To: Michael Watkins who wrote (150651)11/2/2004 4:34:10 PM
From: Nadine Carroll  Read Replies (1) | Respond to of 281500
 
That's a pretty big "funnel" (using sales-speak here) from which to recruit new terrorists, most of whom will have at least some anger towards the US regardless of how they felt about Saddam. Even if only one quarter to one half of these people feel real anger or hate, its more than enough.

Enough for what? Enough to lay bombs in the marketplace to kill 20 Iraqis in the hope of killing one American? or enough to commit suicide in a frontal assault on the US Marines?

Arabs aren't robots with one result for any input. Consequences also matter. It is very hard, I admit, to deal with a people who seem to be running mainly on wounded pride and humiliation. For example, do you have the least idea how many French civilians the Allies killed in 1944? Yet for some reason, the anger was not funnelled towards the Allies in that case.

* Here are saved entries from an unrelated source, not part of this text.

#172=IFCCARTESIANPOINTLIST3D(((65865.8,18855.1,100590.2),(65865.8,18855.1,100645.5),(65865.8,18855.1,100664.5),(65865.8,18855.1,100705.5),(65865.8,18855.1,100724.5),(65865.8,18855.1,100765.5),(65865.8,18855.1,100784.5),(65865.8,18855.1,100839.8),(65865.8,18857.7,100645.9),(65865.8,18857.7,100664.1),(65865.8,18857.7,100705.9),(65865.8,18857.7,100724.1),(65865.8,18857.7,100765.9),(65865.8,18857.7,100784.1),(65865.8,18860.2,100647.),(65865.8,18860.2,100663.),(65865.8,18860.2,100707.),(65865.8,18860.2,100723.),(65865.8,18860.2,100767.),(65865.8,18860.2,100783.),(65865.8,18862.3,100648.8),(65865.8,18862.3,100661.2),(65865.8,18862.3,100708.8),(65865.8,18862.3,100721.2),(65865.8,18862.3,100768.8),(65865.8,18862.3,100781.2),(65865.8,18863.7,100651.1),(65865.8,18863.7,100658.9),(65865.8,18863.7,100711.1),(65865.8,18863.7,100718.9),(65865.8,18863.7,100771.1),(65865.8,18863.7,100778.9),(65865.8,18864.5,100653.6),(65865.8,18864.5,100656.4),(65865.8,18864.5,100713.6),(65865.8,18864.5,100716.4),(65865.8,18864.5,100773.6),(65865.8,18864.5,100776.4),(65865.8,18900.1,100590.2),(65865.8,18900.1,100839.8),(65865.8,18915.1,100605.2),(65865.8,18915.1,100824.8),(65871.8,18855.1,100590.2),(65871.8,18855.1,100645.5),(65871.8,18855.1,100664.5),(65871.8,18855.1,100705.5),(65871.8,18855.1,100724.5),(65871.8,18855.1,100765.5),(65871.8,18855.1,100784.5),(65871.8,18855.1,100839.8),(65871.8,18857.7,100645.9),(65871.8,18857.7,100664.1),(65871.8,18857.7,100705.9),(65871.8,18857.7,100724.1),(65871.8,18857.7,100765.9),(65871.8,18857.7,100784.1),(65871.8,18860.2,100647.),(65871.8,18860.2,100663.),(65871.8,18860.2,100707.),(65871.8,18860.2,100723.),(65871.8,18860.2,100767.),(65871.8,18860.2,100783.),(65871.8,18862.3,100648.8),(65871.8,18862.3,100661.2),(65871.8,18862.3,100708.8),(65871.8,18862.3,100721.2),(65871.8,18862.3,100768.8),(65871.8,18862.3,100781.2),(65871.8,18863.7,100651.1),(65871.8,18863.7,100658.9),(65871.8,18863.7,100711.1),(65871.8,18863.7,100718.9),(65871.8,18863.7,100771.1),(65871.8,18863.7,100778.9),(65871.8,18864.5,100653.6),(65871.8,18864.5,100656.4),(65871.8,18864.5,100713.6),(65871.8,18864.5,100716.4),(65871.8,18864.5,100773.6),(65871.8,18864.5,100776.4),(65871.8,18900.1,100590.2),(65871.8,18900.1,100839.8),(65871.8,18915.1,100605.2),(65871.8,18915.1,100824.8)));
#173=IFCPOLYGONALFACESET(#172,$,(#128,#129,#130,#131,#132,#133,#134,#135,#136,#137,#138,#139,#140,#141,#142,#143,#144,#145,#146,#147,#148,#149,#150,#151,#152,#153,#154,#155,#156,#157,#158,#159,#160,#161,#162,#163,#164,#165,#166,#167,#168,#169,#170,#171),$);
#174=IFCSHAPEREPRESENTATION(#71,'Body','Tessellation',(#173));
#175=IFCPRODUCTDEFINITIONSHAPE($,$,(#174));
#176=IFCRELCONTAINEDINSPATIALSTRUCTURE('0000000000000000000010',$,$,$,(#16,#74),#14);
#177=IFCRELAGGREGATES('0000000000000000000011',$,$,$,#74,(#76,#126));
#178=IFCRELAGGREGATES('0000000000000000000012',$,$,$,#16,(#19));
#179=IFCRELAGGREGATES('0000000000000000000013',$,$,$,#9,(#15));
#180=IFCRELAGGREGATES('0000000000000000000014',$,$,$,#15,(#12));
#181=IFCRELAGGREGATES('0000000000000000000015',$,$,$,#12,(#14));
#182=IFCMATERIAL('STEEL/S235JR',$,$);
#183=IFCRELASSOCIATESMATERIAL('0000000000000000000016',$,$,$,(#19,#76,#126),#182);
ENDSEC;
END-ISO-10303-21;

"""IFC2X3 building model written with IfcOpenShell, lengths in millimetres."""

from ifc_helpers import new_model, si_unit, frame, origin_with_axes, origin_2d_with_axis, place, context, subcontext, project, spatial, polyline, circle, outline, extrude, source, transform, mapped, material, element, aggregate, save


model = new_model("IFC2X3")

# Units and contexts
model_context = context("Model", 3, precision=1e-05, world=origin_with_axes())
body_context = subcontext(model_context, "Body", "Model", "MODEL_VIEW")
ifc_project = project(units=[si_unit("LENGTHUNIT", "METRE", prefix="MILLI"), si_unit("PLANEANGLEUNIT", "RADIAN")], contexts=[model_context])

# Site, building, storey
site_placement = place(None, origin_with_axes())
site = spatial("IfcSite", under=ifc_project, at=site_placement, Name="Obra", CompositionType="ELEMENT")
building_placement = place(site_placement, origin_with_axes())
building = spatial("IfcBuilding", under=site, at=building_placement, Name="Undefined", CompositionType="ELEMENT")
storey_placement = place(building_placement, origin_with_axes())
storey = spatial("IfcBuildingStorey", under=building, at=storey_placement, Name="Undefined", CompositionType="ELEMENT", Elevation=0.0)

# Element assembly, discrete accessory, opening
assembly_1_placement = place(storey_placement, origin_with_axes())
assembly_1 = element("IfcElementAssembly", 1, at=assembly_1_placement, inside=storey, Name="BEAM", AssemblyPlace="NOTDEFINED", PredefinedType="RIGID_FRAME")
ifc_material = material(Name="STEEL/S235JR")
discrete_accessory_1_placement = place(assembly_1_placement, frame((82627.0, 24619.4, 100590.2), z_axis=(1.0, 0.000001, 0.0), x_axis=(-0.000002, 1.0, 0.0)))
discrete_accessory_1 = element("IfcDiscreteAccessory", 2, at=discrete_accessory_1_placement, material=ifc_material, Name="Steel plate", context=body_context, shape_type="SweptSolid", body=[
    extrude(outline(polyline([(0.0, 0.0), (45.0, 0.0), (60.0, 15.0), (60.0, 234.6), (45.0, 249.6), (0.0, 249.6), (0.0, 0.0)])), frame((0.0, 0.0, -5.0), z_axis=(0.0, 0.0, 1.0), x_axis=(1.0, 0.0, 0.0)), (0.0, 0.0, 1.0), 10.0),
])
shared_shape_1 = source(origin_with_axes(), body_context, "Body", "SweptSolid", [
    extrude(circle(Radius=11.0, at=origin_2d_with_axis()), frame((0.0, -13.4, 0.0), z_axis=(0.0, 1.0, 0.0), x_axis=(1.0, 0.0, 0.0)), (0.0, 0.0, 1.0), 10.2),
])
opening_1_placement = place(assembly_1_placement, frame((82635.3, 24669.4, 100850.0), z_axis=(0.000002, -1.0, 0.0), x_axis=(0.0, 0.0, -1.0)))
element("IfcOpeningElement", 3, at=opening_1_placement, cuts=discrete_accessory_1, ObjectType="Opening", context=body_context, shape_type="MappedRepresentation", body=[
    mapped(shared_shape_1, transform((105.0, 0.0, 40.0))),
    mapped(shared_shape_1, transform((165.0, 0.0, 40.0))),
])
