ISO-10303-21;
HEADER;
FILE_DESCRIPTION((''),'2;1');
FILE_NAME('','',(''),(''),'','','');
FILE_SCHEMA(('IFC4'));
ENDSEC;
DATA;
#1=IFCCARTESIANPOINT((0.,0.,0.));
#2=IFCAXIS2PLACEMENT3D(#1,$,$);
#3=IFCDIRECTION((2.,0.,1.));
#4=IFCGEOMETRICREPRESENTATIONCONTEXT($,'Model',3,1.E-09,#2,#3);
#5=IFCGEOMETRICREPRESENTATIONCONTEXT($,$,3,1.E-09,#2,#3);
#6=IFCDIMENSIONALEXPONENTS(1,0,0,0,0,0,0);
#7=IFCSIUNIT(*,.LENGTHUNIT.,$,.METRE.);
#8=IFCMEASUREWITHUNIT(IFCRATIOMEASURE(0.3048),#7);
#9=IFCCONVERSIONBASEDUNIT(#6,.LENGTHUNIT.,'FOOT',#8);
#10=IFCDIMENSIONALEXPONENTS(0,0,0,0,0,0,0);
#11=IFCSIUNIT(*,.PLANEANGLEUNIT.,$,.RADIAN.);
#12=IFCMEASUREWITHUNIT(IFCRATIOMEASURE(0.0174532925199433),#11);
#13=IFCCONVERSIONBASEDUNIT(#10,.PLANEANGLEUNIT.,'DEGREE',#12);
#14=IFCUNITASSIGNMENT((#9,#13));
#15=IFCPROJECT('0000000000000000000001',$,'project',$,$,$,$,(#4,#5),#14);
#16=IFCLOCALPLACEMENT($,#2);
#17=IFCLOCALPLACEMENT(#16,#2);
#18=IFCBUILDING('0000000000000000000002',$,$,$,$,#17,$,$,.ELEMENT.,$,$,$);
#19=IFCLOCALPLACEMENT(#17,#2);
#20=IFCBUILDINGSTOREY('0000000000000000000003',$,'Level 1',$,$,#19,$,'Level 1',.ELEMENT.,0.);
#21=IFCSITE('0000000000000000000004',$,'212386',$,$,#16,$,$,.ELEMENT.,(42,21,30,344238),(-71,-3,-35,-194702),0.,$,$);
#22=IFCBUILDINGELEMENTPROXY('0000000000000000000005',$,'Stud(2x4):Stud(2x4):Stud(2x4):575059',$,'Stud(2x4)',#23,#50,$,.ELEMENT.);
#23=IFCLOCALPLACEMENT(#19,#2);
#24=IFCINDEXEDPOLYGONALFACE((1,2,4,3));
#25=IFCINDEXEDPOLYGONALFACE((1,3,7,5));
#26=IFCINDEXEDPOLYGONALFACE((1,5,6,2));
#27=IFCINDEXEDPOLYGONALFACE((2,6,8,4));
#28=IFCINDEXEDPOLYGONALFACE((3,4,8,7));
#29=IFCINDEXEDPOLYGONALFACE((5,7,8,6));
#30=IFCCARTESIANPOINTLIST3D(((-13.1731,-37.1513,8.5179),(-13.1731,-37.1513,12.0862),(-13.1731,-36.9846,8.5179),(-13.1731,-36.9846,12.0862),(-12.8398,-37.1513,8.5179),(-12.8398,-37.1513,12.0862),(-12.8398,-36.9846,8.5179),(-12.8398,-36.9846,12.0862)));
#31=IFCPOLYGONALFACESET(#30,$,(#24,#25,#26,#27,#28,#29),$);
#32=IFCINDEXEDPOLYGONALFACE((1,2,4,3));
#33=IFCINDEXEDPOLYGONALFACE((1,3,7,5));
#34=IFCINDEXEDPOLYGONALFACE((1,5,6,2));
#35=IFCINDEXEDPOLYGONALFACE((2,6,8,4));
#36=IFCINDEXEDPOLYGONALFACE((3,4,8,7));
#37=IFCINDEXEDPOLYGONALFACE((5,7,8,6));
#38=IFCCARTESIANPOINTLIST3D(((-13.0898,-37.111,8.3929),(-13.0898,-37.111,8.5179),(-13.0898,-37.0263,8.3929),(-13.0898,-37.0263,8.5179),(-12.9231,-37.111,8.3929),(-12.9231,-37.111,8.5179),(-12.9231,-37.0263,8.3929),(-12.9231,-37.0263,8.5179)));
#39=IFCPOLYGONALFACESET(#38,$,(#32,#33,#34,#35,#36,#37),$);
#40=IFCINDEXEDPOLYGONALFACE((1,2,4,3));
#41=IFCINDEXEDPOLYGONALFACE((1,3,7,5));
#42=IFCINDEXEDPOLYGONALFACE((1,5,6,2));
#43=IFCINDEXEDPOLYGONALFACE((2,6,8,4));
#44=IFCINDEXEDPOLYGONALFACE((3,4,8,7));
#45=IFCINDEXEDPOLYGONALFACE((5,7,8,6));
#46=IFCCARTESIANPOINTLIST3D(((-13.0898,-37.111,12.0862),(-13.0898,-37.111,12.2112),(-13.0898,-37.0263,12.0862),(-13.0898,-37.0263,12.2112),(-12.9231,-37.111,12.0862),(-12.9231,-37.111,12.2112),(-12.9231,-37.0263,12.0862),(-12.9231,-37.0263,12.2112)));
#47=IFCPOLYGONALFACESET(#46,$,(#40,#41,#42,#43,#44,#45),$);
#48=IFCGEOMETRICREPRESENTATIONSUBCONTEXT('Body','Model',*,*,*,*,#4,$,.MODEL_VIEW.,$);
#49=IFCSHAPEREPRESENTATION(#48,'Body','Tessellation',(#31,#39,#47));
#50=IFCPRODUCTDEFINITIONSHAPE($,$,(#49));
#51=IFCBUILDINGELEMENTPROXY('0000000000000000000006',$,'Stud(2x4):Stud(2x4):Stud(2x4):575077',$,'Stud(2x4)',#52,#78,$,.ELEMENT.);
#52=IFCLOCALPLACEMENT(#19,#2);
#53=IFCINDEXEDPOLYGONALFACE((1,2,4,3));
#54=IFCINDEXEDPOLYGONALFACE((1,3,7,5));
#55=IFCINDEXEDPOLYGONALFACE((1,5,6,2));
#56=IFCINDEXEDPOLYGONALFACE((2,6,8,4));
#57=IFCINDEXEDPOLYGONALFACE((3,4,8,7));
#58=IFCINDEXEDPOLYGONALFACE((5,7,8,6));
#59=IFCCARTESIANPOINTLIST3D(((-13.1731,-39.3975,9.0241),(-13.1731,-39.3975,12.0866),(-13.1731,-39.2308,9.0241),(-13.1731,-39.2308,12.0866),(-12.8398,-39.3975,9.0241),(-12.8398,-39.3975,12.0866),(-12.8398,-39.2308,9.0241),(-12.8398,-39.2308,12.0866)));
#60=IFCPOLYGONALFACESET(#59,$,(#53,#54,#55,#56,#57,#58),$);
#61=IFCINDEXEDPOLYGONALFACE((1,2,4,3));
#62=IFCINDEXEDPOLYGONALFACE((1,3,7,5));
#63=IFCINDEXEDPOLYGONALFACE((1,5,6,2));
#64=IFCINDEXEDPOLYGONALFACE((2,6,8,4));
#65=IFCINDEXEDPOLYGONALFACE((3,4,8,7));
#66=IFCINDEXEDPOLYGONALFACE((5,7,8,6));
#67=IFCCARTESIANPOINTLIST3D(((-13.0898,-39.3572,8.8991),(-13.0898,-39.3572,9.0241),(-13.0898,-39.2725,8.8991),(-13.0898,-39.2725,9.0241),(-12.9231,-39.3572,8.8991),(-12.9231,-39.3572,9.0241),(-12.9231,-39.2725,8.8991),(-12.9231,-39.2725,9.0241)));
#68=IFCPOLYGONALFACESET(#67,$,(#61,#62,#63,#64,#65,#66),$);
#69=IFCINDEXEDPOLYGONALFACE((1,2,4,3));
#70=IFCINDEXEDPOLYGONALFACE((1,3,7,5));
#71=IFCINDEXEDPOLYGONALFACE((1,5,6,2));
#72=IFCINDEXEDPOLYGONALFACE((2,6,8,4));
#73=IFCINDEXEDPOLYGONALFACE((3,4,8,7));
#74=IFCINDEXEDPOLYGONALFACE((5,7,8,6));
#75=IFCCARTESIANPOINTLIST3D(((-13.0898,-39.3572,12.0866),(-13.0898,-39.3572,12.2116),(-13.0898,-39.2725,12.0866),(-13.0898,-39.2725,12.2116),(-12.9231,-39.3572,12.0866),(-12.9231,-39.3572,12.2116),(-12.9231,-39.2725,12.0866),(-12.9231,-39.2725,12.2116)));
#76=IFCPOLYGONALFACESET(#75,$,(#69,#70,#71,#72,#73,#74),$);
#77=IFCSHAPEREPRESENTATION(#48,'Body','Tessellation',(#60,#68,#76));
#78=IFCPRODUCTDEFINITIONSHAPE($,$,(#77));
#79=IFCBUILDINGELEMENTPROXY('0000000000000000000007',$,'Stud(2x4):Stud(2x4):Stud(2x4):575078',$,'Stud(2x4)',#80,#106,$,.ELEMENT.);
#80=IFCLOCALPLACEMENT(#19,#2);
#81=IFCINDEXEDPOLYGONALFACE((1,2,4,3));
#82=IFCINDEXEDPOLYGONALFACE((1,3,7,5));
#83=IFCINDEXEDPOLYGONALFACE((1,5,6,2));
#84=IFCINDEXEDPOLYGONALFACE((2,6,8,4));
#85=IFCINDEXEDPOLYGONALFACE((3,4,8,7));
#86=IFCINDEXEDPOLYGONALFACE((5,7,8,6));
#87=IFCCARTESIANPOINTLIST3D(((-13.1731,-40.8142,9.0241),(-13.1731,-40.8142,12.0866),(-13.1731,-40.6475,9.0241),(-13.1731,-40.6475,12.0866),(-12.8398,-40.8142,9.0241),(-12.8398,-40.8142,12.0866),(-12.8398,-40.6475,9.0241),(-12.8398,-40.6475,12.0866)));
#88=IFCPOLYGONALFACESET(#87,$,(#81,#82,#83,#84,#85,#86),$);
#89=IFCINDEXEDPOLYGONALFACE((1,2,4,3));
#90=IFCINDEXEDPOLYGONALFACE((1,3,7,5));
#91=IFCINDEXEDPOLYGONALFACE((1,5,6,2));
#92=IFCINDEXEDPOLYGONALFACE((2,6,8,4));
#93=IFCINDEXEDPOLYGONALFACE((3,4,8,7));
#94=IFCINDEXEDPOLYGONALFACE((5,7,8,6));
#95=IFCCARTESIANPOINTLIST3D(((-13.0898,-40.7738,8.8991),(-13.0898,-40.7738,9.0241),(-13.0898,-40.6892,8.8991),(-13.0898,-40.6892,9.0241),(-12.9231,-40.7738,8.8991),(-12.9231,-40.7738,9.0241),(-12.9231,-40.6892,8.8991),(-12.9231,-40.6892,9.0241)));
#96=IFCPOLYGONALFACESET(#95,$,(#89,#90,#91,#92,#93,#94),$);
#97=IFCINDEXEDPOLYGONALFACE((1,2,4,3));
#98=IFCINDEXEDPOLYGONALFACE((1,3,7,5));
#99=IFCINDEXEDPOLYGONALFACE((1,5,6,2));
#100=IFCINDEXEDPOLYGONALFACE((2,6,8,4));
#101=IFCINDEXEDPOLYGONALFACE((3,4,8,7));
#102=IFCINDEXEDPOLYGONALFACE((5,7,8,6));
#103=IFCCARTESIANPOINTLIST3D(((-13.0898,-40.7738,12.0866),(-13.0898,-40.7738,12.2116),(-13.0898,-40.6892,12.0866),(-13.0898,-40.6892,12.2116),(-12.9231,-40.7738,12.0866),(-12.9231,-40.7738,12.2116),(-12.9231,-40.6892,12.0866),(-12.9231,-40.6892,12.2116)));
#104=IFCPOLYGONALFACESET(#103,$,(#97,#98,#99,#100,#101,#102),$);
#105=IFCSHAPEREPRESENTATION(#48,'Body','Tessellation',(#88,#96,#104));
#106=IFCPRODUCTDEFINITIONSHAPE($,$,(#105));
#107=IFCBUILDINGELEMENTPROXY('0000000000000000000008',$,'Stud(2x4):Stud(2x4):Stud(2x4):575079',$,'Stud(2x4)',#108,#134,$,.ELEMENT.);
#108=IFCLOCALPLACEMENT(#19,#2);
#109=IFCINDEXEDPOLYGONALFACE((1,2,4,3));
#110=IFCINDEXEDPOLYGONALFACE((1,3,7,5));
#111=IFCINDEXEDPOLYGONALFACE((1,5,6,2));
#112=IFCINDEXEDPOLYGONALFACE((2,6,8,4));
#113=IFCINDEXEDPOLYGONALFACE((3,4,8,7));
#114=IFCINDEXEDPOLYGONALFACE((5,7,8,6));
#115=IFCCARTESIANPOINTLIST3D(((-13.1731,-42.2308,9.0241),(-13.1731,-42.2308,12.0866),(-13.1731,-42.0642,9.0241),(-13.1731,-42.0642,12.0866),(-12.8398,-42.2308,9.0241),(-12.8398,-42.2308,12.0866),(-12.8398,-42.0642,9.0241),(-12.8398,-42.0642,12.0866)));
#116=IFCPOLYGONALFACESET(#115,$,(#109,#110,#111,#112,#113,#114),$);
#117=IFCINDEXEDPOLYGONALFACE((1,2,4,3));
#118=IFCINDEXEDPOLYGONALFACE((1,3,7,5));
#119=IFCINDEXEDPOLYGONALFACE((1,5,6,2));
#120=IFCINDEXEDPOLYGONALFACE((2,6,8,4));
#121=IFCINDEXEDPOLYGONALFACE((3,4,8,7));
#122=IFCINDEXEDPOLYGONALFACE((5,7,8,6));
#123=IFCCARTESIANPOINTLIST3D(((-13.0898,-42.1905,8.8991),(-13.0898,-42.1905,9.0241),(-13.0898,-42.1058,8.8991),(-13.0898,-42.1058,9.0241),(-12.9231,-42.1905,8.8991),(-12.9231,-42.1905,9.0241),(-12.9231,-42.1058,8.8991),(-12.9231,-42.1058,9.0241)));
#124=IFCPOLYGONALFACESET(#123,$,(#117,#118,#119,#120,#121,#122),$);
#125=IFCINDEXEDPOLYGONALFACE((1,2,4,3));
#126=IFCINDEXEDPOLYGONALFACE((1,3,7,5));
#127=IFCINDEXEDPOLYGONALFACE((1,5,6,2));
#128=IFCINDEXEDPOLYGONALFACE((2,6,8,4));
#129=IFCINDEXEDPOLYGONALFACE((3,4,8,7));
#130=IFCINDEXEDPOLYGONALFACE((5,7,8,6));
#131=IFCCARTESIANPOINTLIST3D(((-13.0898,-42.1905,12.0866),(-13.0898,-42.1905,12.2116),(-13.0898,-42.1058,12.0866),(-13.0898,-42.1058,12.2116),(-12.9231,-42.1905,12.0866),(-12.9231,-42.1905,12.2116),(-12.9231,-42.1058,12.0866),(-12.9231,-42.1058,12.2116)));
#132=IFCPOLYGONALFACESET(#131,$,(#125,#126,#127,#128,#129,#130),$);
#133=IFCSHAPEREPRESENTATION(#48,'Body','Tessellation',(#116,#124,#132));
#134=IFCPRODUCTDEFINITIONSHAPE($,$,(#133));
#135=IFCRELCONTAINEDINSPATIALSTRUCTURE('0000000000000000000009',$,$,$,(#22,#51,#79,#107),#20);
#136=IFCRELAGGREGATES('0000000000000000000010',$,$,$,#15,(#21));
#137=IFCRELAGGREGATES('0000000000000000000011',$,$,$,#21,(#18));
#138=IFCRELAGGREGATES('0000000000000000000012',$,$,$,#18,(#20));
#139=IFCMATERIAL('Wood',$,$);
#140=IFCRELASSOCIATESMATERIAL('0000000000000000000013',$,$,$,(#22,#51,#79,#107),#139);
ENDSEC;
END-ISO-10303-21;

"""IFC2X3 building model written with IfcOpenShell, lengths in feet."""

from ifc_helpers import new_model, entity, si_unit, converted_unit, direction, frame, frame_2d, origin, place, context, subcontext, project, spatial, rectangle, extrude, source, transform, mapped, material, element, save


model = new_model("IFC2X3")

# Units and contexts
model_context = context("Model", 3, precision=1e-09, world=origin(), true_north=direction((2.0, 0.0, 1.0)))
context_of_model = context(None, 3, precision=1e-09, world=origin(), true_north=direction((2.0, 0.0, 1.0)))
body_context = subcontext(model_context, "Body", "Model", "MODEL_VIEW")
ifc_project = project(units=[converted_unit("LENGTHUNIT", "FOOT", entity("IfcRatioMeasure", 0.3048), si_unit("LENGTHUNIT", "METRE"), dimensions=[1, 0, 0, 0, 0, 0, 0]), converted_unit("PLANEANGLEUNIT", "DEGREE", entity("IfcRatioMeasure", 0.0174532925199433), si_unit("PLANEANGLEUNIT", "RADIAN"), dimensions=[0, 0, 0, 0, 0, 0, 0])], contexts=[model_context, context_of_model])

# Site, building, storey
site_placement = place(None, origin())
site = spatial("IfcSite", under=ifc_project, at=site_placement, Name="212386", CompositionType="ELEMENT", RefLatitude=(42, 21, 30, 344238), RefLongitude=(-71, -3, -35, -194702), RefElevation=0.0)
building_placement = place(site_placement, origin())
building = spatial("IfcBuilding", under=site, at=building_placement, CompositionType="ELEMENT")
storey_placement = place(building_placement, origin())
storey = spatial("IfcBuildingStorey", under=building, at=storey_placement, Name="Level 1", LongName="Level 1", CompositionType="ELEMENT", Elevation=0.0)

To: Michael Watkins who wrote (150651)11/2/2004 7:12:19 PM
From: Keith Feral  Read Replies (2) | Respond to of 281500
 
I think there is a huge gap between the civilians in Iraq and the foreign Al Quaeda fighters that we are fighting in places like Fallujah. I do not think that someone injured or maimed from a suicide bomb is going to become a terrorist as a result. I highly doubt that the family of the injured person is going to lay down their life to commit an act of suicide bombing as a result. The damage from the violence does not make more violence a winning cause.